### What is expected
In the entries below, the word "IFCSIUNIT" appears on some lines. Copy each of those lines.

(Saved data entries)
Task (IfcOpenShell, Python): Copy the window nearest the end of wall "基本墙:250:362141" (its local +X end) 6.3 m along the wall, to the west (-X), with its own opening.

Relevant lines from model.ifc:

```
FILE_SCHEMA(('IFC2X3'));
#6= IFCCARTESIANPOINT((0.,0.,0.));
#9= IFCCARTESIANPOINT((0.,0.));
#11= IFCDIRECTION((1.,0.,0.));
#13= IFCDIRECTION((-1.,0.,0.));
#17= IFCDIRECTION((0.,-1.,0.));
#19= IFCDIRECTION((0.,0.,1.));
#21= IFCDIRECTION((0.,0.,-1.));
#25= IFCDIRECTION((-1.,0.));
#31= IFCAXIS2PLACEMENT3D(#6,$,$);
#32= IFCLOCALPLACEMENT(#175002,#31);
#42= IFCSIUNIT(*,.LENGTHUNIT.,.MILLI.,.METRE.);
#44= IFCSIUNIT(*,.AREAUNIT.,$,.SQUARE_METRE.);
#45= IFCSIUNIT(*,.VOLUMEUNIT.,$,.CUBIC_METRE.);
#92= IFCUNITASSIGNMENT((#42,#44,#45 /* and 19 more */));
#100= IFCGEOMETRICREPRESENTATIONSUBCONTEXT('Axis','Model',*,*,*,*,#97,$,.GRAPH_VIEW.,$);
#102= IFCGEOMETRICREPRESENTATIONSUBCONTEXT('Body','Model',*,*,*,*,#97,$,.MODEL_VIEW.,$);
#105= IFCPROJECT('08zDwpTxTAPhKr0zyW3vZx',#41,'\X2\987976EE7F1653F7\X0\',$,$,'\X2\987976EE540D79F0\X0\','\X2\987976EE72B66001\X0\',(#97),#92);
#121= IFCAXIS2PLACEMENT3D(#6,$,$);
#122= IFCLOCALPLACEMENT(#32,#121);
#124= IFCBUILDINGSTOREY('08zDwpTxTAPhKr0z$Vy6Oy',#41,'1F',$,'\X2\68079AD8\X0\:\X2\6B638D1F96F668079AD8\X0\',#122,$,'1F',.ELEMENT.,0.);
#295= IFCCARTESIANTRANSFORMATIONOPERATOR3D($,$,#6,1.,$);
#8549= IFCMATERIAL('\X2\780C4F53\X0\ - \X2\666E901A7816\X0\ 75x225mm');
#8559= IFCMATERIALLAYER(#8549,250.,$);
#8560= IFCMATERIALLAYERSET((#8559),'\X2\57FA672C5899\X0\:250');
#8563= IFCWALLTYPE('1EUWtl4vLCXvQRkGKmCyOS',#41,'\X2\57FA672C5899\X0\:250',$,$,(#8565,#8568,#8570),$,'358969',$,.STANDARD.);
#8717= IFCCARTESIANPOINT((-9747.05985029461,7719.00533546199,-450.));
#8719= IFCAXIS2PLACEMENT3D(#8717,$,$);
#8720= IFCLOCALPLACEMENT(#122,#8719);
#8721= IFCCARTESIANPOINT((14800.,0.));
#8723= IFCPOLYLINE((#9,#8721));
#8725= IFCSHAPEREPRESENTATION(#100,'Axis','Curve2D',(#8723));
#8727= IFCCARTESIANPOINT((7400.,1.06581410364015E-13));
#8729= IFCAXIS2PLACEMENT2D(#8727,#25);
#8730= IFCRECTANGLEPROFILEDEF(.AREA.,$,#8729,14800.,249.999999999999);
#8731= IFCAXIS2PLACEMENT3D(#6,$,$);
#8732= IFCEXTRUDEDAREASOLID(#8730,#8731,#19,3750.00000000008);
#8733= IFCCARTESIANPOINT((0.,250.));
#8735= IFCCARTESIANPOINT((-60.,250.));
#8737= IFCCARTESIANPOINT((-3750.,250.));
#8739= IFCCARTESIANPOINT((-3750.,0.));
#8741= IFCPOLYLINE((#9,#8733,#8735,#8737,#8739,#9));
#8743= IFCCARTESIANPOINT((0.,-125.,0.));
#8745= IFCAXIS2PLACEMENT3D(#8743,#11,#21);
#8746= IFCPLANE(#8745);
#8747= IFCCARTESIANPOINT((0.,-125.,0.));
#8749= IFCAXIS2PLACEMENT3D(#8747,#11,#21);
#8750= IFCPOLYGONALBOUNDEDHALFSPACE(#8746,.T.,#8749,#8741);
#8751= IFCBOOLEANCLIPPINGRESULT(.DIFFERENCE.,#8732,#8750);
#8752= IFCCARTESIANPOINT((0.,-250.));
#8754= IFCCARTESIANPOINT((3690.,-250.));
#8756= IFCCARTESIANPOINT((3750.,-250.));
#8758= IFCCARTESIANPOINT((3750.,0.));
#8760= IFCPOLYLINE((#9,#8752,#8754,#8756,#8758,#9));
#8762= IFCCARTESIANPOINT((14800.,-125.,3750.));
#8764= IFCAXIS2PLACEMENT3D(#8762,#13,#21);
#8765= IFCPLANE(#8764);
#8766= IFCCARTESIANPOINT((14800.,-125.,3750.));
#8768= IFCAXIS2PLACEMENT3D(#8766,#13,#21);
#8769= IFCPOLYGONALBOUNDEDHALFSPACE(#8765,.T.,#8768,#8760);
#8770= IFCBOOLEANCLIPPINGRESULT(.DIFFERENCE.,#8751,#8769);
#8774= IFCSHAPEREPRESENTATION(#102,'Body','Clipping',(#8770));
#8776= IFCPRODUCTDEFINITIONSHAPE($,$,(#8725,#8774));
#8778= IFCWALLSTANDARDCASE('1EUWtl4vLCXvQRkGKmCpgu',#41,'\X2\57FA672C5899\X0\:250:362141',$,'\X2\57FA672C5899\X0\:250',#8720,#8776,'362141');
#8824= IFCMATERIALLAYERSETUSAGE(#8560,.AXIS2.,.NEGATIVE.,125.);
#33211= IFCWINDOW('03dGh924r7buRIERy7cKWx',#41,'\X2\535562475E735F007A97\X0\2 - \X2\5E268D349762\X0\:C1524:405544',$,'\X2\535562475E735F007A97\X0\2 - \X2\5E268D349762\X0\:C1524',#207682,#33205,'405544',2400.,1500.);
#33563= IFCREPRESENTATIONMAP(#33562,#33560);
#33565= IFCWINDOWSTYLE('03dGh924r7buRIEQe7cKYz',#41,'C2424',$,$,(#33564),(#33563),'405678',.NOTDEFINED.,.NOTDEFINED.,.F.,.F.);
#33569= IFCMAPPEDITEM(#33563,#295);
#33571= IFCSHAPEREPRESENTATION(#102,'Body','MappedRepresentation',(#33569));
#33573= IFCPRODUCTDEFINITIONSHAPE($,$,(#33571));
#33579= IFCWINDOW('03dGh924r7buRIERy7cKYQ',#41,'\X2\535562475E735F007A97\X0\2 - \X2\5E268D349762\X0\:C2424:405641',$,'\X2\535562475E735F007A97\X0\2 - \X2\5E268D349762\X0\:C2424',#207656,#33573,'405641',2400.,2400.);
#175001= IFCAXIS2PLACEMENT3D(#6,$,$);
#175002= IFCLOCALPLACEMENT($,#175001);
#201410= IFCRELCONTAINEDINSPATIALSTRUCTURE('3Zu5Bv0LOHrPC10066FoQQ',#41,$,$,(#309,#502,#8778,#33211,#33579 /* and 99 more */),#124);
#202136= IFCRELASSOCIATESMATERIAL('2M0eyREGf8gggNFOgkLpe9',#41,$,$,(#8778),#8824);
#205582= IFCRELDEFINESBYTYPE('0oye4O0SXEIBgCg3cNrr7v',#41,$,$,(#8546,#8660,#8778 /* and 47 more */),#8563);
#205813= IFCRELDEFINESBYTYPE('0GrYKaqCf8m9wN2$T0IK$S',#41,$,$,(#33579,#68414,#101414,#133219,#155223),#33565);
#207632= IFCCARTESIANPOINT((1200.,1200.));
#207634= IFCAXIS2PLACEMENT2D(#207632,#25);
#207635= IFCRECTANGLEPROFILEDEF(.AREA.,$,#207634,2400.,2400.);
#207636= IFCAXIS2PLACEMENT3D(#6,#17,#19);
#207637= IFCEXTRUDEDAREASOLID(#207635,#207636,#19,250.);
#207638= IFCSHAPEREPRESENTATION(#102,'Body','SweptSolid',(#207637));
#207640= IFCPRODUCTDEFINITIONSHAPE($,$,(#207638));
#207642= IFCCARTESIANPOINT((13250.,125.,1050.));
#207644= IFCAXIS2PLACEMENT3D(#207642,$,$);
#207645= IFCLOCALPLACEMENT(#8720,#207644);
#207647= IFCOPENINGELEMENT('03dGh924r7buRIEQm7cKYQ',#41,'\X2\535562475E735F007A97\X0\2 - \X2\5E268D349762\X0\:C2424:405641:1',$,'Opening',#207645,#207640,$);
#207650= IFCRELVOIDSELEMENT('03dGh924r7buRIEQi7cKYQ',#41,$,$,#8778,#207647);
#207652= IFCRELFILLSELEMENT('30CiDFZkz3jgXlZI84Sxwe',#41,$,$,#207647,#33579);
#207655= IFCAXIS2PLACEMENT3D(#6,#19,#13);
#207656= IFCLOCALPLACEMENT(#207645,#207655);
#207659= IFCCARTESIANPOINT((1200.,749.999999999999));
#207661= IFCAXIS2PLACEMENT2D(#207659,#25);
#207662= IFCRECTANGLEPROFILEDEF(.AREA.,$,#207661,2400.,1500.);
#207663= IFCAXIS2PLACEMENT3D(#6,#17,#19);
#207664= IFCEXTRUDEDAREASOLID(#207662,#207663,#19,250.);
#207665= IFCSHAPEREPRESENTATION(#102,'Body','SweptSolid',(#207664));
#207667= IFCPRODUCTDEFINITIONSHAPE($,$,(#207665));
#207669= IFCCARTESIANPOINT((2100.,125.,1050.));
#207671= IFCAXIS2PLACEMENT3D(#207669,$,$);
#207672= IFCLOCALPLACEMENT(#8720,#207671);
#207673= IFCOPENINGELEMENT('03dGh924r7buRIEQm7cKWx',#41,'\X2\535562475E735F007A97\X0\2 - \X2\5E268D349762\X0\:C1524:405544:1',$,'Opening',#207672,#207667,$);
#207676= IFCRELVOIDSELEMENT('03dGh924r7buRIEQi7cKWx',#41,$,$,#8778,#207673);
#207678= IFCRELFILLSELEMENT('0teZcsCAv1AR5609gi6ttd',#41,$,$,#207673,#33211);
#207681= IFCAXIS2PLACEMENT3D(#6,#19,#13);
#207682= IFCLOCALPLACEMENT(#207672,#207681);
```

```python
import ifcopenshell
import ifcopenshell.api.feature
import ifcopenshell.api.geometry
import ifcopenshell.api.root
import ifcopenshell.geom
import ifcopenshell.util.element
import ifcopenshell.util.placement
import ifcopenshell.util.shape

model = ifcopenshell.open("model.ifc")
settings = ifcopenshell.geom.settings()


def volume(element):
    """Net volume in cubic metres, openings subtracted."""
    shape = ifcopenshell.geom.create_shape(settings, element)
    return ifcopenshell.util.shape.get_volume(shape.geometry)


def reuse_history(source, copy):
    """copy_class also copies each property set's owner history, people and application; keep the originals."""
    for rel in copy.IsDefinedBy:
        if rel.is_a("IfcRelDefinesByProperties") and (history := rel.RelatingPropertyDefinition.OwnerHistory):
            rel.RelatingPropertyDefinition.OwnerHistory = source.OwnerHistory
            ifcopenshell.util.element.remove_deep2(model, history)


window = model.by_guid("03dGh924r7buRIERy7cKYQ")
opening = window.FillsVoids[0].RelatingOpeningElement
wall = opening.VoidsElements[0].RelatingBuildingElement
before = volume(wall)
shift = ifcopenshell.util.placement.get_local_placement(wall.ObjectPlacement)[:3, 0] * -6300.0

# copy_class copies the void relationship, type, container and properties, but no geometry.
new_opening = ifcopenshell.api.root.copy_class(model, product=opening)
new_opening.Representation = ifcopenshell.util.element.copy_deep(
    model, opening.Representation, exclude=["IfcGeometricRepresentationContext", "IfcRepresentationMap"]
)
new_opening.Name = "单扇平开窗2 - 带贴面:C2424"
new_window = ifcopenshell.api.root.copy_class(model, product=window)
new_window.Representation = ifcopenshell.util.element.copy_deep(
    model, window.Representation, exclude=["IfcGeometricRepresentationContext", "IfcRepresentationMap"]
)
new_window.Name = "单扇平开窗2 - 带贴面:C2424"
new_window.Tag = None
reuse_history(window, new_window)
fills = ifcopenshell.api.feature.add_filling(model, opening=new_opening, element=new_window)
fills.OwnerHistory = new_window.OwnerHistory  # required in IFC2X3

for old, new in ((opening, new_opening), (window, new_window)):
    matrix = ifcopenshell.util.placement.get_local_placement(old.ObjectPlacement)
    matrix[:3, 3] += shift
    ifcopenshell.api.geometry.edit_object_placement(model, product=new, matrix=matrix, is_si=False)

after = volume(wall)

print(f"wall volume {before:.3f} -> {after:.3f} m3")

model.write("model_edited.ifc")
```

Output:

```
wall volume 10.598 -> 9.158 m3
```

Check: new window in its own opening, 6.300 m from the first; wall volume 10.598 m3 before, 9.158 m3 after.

### Completed task
#42= IFCSIUNIT(*,.LENGTHUNIT.,.MILLI.,.METRE.);
#44= IFCSIUNIT(*,.AREAUNIT.,$,.SQUARE_METRE.);
#45= IFCSIUNIT(*,.VOLUMEUNIT.,$,.CUBIC_METRE.);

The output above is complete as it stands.